PHARMD GURU Page 4 On addition of methylene blue for staining, exchange of MB+ with Na+ on the bacterial cell surface takes place, resulting into ionic bond formation between MB+ and cell surface. Thus, when colouring agent forms ionic bond with cell or cell components, it results into the staining of cell. The most commonly used basic stains are methelyne blue (2 to 3 minutes), crystal violet (1 to 2 minutes) and carbol fuchsin (15 to 30 seconds). 2) NEGATIVE STAINING: In negative staining, bacteria are mixed with acidic stain (eosin or nigrosin) and a smear is prepared. The acidic stain (negative chromogen) does not penetrate the cells because of the negative charge on the surface of bacteria. Hence, unstained cells are easily observed against the coloured background (Fig. 4.2). This technique is also useful in demonstration of bacterial capsule.
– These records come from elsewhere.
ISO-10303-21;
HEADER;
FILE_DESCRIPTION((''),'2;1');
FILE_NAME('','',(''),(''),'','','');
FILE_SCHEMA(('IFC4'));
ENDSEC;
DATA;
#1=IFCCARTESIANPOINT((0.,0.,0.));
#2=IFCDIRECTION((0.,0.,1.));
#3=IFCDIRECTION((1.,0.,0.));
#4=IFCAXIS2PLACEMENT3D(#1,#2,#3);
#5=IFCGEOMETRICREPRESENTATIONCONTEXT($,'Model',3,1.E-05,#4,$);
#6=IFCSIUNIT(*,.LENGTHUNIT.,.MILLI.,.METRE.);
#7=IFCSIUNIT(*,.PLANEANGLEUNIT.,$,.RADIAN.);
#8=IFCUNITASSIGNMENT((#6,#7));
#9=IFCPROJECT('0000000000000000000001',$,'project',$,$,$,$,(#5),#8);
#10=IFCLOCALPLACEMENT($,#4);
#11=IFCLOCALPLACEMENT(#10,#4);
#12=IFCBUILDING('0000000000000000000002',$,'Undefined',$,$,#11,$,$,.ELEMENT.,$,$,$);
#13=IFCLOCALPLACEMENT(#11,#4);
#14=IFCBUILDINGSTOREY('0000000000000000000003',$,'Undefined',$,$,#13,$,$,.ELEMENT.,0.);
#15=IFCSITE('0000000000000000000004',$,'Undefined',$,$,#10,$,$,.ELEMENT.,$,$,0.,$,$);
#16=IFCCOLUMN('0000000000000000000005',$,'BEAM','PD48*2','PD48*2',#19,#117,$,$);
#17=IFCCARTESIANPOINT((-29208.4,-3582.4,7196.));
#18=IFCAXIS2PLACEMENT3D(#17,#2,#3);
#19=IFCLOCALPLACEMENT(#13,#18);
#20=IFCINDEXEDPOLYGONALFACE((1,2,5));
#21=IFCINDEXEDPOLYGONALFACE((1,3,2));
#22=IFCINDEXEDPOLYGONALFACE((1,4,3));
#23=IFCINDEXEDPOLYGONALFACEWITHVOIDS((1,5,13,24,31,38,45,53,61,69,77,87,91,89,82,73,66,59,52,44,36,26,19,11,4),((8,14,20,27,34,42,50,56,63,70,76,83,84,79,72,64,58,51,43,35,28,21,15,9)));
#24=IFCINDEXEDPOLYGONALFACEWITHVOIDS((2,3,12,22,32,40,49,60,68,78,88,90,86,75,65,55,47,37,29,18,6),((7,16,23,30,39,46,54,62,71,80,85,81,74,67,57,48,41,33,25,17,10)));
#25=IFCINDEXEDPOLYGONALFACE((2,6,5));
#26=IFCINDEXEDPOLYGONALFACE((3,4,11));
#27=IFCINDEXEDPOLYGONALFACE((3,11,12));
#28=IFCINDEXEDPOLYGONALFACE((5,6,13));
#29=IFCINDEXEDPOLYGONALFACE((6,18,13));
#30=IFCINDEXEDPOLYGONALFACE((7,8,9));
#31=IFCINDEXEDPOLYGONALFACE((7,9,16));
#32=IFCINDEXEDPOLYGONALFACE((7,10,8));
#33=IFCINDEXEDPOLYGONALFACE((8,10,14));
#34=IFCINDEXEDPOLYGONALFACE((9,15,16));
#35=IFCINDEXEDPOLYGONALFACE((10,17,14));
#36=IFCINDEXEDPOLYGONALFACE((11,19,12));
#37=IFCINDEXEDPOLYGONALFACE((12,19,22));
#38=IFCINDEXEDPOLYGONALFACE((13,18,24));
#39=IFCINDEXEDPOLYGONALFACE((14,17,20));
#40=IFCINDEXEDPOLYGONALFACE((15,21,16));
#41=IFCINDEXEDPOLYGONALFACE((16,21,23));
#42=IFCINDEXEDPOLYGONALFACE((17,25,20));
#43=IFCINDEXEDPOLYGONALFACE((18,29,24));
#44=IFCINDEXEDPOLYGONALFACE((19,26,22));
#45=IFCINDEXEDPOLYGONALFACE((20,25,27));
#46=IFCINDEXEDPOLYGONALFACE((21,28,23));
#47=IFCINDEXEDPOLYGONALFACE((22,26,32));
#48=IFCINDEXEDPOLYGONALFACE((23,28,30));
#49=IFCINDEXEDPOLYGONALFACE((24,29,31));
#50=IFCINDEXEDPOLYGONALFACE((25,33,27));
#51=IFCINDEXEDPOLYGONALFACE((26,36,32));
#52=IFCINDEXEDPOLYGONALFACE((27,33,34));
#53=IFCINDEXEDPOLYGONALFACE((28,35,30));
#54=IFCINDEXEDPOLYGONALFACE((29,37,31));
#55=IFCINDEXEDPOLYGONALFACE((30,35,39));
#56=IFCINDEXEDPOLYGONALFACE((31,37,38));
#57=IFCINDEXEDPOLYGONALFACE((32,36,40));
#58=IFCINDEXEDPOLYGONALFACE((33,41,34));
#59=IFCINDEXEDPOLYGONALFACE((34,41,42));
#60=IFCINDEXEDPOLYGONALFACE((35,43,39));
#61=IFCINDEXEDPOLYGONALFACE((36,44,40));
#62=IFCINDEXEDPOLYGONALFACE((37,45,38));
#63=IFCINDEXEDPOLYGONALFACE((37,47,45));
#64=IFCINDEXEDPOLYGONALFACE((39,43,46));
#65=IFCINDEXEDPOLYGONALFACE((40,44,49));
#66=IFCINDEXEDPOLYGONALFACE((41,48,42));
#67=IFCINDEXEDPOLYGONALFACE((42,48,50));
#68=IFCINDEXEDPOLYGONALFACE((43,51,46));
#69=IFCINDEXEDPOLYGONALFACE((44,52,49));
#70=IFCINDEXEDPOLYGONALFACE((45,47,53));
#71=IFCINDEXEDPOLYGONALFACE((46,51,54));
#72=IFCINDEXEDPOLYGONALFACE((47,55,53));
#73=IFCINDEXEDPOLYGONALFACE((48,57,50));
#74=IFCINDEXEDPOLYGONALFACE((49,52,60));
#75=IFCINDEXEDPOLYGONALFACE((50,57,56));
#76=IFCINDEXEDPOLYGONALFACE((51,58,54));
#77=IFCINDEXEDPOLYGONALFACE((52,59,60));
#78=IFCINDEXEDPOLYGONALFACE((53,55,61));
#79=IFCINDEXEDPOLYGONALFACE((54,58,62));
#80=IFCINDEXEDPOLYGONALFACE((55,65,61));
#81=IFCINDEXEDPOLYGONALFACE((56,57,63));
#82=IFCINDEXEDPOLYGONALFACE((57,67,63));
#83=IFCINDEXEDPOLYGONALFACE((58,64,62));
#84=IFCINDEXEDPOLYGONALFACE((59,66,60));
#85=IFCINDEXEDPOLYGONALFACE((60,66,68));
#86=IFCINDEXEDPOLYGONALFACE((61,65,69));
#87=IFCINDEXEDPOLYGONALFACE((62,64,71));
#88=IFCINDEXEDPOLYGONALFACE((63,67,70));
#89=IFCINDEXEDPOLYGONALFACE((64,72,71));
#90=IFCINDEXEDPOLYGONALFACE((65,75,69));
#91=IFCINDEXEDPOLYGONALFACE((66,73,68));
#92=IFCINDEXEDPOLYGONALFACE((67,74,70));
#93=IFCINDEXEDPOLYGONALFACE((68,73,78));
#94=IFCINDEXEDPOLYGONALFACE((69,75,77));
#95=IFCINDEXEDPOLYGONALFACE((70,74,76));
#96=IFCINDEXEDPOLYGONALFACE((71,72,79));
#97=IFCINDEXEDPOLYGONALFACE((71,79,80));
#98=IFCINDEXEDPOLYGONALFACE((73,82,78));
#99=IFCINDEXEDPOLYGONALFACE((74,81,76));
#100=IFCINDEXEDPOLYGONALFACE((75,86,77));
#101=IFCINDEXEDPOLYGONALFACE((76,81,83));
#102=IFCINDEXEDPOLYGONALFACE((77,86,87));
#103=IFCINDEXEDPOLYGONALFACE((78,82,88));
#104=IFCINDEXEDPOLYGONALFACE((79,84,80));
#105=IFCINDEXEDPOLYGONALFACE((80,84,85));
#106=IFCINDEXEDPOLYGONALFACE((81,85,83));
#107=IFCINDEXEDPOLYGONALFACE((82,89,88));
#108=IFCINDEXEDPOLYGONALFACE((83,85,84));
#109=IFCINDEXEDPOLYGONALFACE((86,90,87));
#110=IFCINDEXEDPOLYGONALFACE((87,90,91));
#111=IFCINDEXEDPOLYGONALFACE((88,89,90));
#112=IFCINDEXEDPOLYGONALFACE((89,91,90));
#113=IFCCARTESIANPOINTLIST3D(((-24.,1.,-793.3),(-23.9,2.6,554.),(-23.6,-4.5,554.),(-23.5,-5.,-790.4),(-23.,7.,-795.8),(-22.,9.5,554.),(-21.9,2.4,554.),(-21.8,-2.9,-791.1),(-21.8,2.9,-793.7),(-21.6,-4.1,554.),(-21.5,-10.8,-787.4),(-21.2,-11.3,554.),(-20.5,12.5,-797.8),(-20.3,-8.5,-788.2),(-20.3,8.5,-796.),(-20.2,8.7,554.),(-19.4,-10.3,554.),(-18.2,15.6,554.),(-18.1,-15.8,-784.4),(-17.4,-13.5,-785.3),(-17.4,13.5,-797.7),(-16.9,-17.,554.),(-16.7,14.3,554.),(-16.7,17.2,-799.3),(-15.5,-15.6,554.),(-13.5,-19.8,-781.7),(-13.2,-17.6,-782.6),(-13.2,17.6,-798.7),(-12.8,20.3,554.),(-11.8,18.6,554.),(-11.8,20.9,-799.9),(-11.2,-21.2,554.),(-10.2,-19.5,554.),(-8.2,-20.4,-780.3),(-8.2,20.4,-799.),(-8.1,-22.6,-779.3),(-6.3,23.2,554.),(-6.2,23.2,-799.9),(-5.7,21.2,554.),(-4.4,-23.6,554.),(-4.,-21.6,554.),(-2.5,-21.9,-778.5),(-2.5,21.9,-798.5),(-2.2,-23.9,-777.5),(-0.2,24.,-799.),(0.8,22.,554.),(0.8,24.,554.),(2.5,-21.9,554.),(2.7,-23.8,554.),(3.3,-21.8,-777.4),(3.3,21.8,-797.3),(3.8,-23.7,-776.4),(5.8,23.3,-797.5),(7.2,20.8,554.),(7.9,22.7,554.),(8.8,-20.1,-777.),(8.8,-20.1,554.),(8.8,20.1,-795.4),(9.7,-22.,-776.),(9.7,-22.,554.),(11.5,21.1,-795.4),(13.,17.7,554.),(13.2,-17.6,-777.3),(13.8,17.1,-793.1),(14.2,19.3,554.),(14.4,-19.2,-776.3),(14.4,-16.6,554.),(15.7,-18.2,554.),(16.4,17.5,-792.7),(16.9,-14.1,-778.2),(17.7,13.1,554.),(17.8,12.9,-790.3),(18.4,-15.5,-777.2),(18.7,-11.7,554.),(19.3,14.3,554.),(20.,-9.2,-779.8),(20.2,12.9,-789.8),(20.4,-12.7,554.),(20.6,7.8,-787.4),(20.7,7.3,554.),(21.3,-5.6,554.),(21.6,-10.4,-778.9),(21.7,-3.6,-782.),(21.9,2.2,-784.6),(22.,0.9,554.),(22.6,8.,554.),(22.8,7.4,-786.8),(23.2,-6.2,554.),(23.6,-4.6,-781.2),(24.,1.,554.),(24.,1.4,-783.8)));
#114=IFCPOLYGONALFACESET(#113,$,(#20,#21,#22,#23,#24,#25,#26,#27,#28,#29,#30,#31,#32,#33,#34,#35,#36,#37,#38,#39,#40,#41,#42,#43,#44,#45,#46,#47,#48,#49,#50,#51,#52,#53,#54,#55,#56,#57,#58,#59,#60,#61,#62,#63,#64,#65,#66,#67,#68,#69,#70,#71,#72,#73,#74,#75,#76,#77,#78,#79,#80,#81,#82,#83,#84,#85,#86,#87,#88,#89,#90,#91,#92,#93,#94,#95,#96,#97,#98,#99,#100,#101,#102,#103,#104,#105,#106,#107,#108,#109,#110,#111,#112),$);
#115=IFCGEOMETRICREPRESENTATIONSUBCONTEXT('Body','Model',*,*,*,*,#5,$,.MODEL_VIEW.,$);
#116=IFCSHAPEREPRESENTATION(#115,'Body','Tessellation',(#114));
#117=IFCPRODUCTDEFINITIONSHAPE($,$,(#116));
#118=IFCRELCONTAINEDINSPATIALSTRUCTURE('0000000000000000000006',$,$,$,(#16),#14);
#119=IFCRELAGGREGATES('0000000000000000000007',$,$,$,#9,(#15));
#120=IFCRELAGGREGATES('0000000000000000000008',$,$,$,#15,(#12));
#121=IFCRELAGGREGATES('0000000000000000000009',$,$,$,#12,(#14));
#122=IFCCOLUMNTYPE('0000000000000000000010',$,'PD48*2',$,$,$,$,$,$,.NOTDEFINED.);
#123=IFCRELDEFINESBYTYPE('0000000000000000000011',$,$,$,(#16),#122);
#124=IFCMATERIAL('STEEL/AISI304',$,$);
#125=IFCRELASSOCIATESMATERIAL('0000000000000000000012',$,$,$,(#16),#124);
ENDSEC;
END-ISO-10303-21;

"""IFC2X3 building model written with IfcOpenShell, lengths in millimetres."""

from ifc_helpers import new_model, si_unit, frame, origin_with_axes, origin_2d_with_axis, place, context, subcontext, project, spatial, hollow_circle, extrude, clip, halfspace, material, type_object, element, save


model = new_model("IFC2X3")

# Units and contexts
model_context = context("Model", 3, precision=1e-05, world=origin_with_axes())
body_context = subcontext(model_context, "Body", "Model", "MODEL_VIEW")
ifc_project = project(units=[si_unit("LENGTHUNIT", "METRE", prefix="MILLI"), si_unit("PLANEANGLEUNIT", "RADIAN")], contexts=[model_context])

# Site, building, storey
site_placement = place(None, origin_with_axes())
site = spatial("IfcSite", under=ifc_project, at=site_placement, Name="Undefined", CompositionType="ELEMENT", RefElevation=0.0)
building_placement = place(site_placement, origin_with_axes())
building = spatial("IfcBuilding", under=site, at=building_placement, Name="Undefined", CompositionType="ELEMENT")
storey_placement = place(building_placement, origin_with_axes())
storey = spatial("IfcBuildingStorey", under=building, at=storey_placement, Name="Undefined", CompositionType="ELEMENT", Elevation=0.0)

# Column
ifc_material_1 = material(Name="STEEL/AISI304")
column_type_1 = type_object("IfcColumnType", Name="PD48*2", PredefinedType="NOTDEFINED")
column_1_placement = place(storey_placement, frame((-29208.4, -3582.4, 7196.0), z_axis=(0.0, 0.0, 1.0), x_axis=(1.0, 0.0, 0.0)))
element("IfcColumn", 1, at=column_1_placement, inside=storey, type_object=column_type_1, material=ifc_material_1, Name="BEAM", Description="PD48*2", ObjectType="PD48*2", context=body_context, shape_type="Clipping", body=[
    clip(extrude(hollow_circle(Radius=24.0, WallThickness=2.0, at=origin_2d_with_axis()), frame((0.0, 0.0, 554.0), z_axis=(0.0, 0.0, -1.0), x_axis=(0.402197, -0.915553, 0.0)), (0.0, 0.0, 1.0), 1354.1), halfspace(frame((-9.7, 22.0, -800.0), z_axis=(0.179871, -0.409456, -0.894423), x_axis=(-0.915553, -0.402197, 0.0)), False)),
])

save(model, "model.ifc")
Negative (indirect) staining is a technique by which bacterial cells are not stained but are made visible against dark background. The acidic stain is used in this staining e.g. eosin, nigrosin, congo red, Rose Bengal stain etc. Acidic stain has negative charge; therefore, it does not combine with negatively charged of bacterial cell surface. On the other hand, it forms a deposit around the cell, resulting in appearance of bacterial cell colourless against the dark background.